Benchmarking has been a buzzword for four or five decades. It came true in the years when TQM (Total Quality Management) was the only gospel truth on how to become the best. The Japanese had taken over the world and America and Western Europe to catch up; they needed to compare the best of what the Japanese were doing. And who proposed and continued to propose these ideas? You’re right, the big boys: BCG, Bain, Accenture, PWC, McKinsey, KPMG, Deloitte, Gemini, and the rest.

Benchmarking 101 simply says to get all the metrics of how your best competitor is doing and compare it to their performance. Wherever you perform worst, that’s the gap. You’ve soon cracked the code. Take immediate action to close the gap and you can be as good as them (your competitor) or even beat them. They backed up their presentations with fancy two-by-two charts (visual processes, as Alan Weiss calls them) and CEOs looking for increasingly expensive quick fixes would accept the recommendations and their treasuries would be poorer for it.

Tell me, if benchmarking really is this cure-all antidote to lackluster performance (the big boys would deny they said it was a panacea), how come Kodak didn’t look at its path to survival? How come Nokia couldn’t compare its way to success and beat Apple and Samsung? How about Motorola who invented cell phone technology and Xerox who taught the world how to copy? Why couldn’t the bluest of the blue, with all his technological wizardry, get it done and have to send John Akers into the workforce? Beware, the elephant cannot dance unless and until he decides to dance by changing his genetic code.

So here are the top three reasons why you should never touch benchmarking with a ten-foot pole if you really want to be great, break new molds, and make the competition irrelevant.

1. Benchmarking ignores the culture of the top performing organization
This is the mother of all reasons why benchmarking is a fatal flaw. Assuming you are Intel and the Japanese are eating your lunch, what do you do? Do you go on a retreat and compare the Japanese to blow them out of the water? Will he call a town hall meeting to make everyone aware of the Japanese threat and quickly form Quick Action Teams (QATs) to benchmark the Japanese and pave the way for their glorious return? Do you send your top executives to Harvard to learn the best of benchmarking in order to form a tidal wave movement that makes them invincible overnight? Nope! Nope!! Nope!!! You do what Andy Grove, Robert Noyce (and Gordon Moore) did. They say goodbye to themselves and start all over again. Remember, only the paranoid survive. You can’t beat the Japanese in close combat because the cultures are different. Period! Haven’t you heard culture will eat strategy for breakfast?

2. Benchmarking looks to the future with the rear view mirror
Assuming you’re IBM and you’re the most admired company in the world and you’re mocked as Big Blue, and you hear two little kids are playing in their mom’s garage and they say they want to topple IBM. Do you postpone your board meeting and send spies to see what the guys are up to, or do you compare them? Compare what? Benchmark Apple I or Apple II or iMac that doesn’t exist yet? The Big Boys would deny ever saying that it should be compared in such circumstances. But didn’t they say benchmarking was the alpha and omega of competitive tools? You will never see the future with your rearview mirror, even if you are a wizard. The truth is, when there is an interruption (air travel interrupts sea travel, computer interrupts typewriter, bow and arrow interrupts weapons, etc.), everything resets to zero, so no amount of benchmarking can save you. We live in an age of discontinuity, thanks to Peter Drucker, and when discontinuity catches up with you and your industry, benchmarking is recklessness of the highest order.

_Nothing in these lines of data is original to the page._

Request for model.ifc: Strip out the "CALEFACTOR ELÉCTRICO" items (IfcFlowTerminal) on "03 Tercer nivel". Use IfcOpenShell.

First a look at what the model holds.

```python
import ifcopenshell
import ifcopenshell.util.element

model = ifcopenshell.open("model.ifc")
print(model.schema)
storey = next(s for s in model.by_type("IfcBuildingStorey") if s.Name == "03 Tercer nivel")
terminals = [e for e in ifcopenshell.util.element.get_decomposition(storey) if e.is_a("IfcFlowTerminal")]
seen = {}
for e in terminals:
    element_type = ifcopenshell.util.element.get_type(e)
    name = element_type.Name if element_type not in (None, e) else None
    seen[name] = seen.get(name, 0) + 1
for name, count in sorted(seen.items(), key=str):
    print(count, "x", name)
```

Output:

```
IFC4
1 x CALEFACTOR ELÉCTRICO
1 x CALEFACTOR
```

```python
import ifcopenshell
import ifcopenshell.api.root
import ifcopenshell.util.element

model = ifcopenshell.open("model.ifc")

storey = next(s for s in model.by_type("IfcBuildingStorey") if s.Name == "03 Tercer nivel")
terminals = [e for e in ifcopenshell.util.element.get_decomposition(storey) if e.is_a("IfcFlowTerminal")]
targets = [e for e in terminals if (t := ifcopenshell.util.element.get_type(e)) not in (None, e) and t.Name == "CALEFACTOR ELÉCTRICO"]

for e in targets:
    ifcopenshell.api.root.remove_product(model, product=e)
print(len(targets), "removed")

model.write("model_updated.ifc")
```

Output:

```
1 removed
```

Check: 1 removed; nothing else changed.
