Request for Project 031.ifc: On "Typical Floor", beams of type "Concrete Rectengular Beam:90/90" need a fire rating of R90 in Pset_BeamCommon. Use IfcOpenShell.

First a look at what the model holds.

```python
import ifcopenshell
import ifcopenshell.util.element

model = ifcopenshell.open("Project 031.ifc")
print(model.schema)
storey = next(s for s in model.by_type("IfcBuildingStorey") if s.Name == "Typical Floor")
beams = [e for e in ifcopenshell.util.element.get_decomposition(storey) if e.is_a("IfcBeam")]
seen = {}
for e in beams:
    element_type = ifcopenshell.util.element.get_type(e)
    key = (element_type.Name if element_type != e and element_type else None, ifcopenshell.util.element.get_pset(e, "Pset_BeamCommon", "FireRating"))
    seen[key] = seen.get(key, 0) + 1
for (name, value), count in sorted(seen.items(), key=str):
    print(count, "x", name, "|", value)
```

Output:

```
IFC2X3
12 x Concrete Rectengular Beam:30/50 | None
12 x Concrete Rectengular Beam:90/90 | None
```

```python
import ifcopenshell
import ifcopenshell.api.pset
import ifcopenshell.util.element

model = ifcopenshell.open("Project 031.ifc")

storey = next(s for s in model.by_type("IfcBuildingStorey") if s.Name == "Typical Floor")
beams = [e for e in ifcopenshell.util.element.get_decomposition(storey) if e.is_a("IfcBeam")]

count = 0
for e in beams:
    element_type = ifcopenshell.util.element.get_type(e)
    if element_type in (None, e) or element_type.Name != "Concrete Rectengular Beam:90/90":
        continue
    # add_pset returns the element's existing set when there is one.
    pset = ifcopenshell.api.pset.add_pset(model, product=e, name="Pset_BeamCommon")
    ifcopenshell.api.pset.edit_pset(model, pset=pset, properties={"FireRating": "R90"})
    count += 1

print(count, "beams updated")

model.write("Project 031-out.ifc")
```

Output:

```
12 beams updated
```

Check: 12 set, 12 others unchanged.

3. Benchmarking ignores critical thinking and cannot help you invent the future
The best way to own tomorrow is to invent it. Benchmarking cannot help you do that. Benchmarking is actually the antithesis of reinvention. The most revolutionary inventions of our time were not and never are the product of benchmarking but of critical thinking. Think of products as mundane (now) as paper, post-it-note, and light bulb, to name three. These things never existed before until people’s imagination brought them into reality. To invent the future, you start with a clean slate. You ask simple questions like “why is this job important?”, “what is it for?”, “why this (and not that?”) These kinds of questions allow you to think critically, dig deeper, and invent tomorrow as you others are busy benchmarking and catching up with the supposedly best companies.

There you have it, the three reasons why benchmarking should be avoided like the badge: Benchmarking ignores the culture of the top performing organization, Benchmarking looks to the future with the rearview mirror, and Benchmarking ignores critical thinking and does not it can help you invent and reinvent the future.

If you look closely, benchmarking is at the heart of so-called international best practices in industries around the world and who are the proponents of this “best in class” concept? The great powers of consulting! At best, let me admit it, benchmarking can help you make a little incremental (additive) progress, but that’s not what you need. What you need is exponential (geometric) progress. Now that you’ve read the top three reasons why you should never benchmark, don’t waste your time benchmarking. For any new project you want to start, start with a clean slate. Yes, reinvent the wheel. Remember, Apple reinvented the phone with the iPhone, Starbucks reinvented coffee shops, and you can reinvent yours. Go ahead and do it.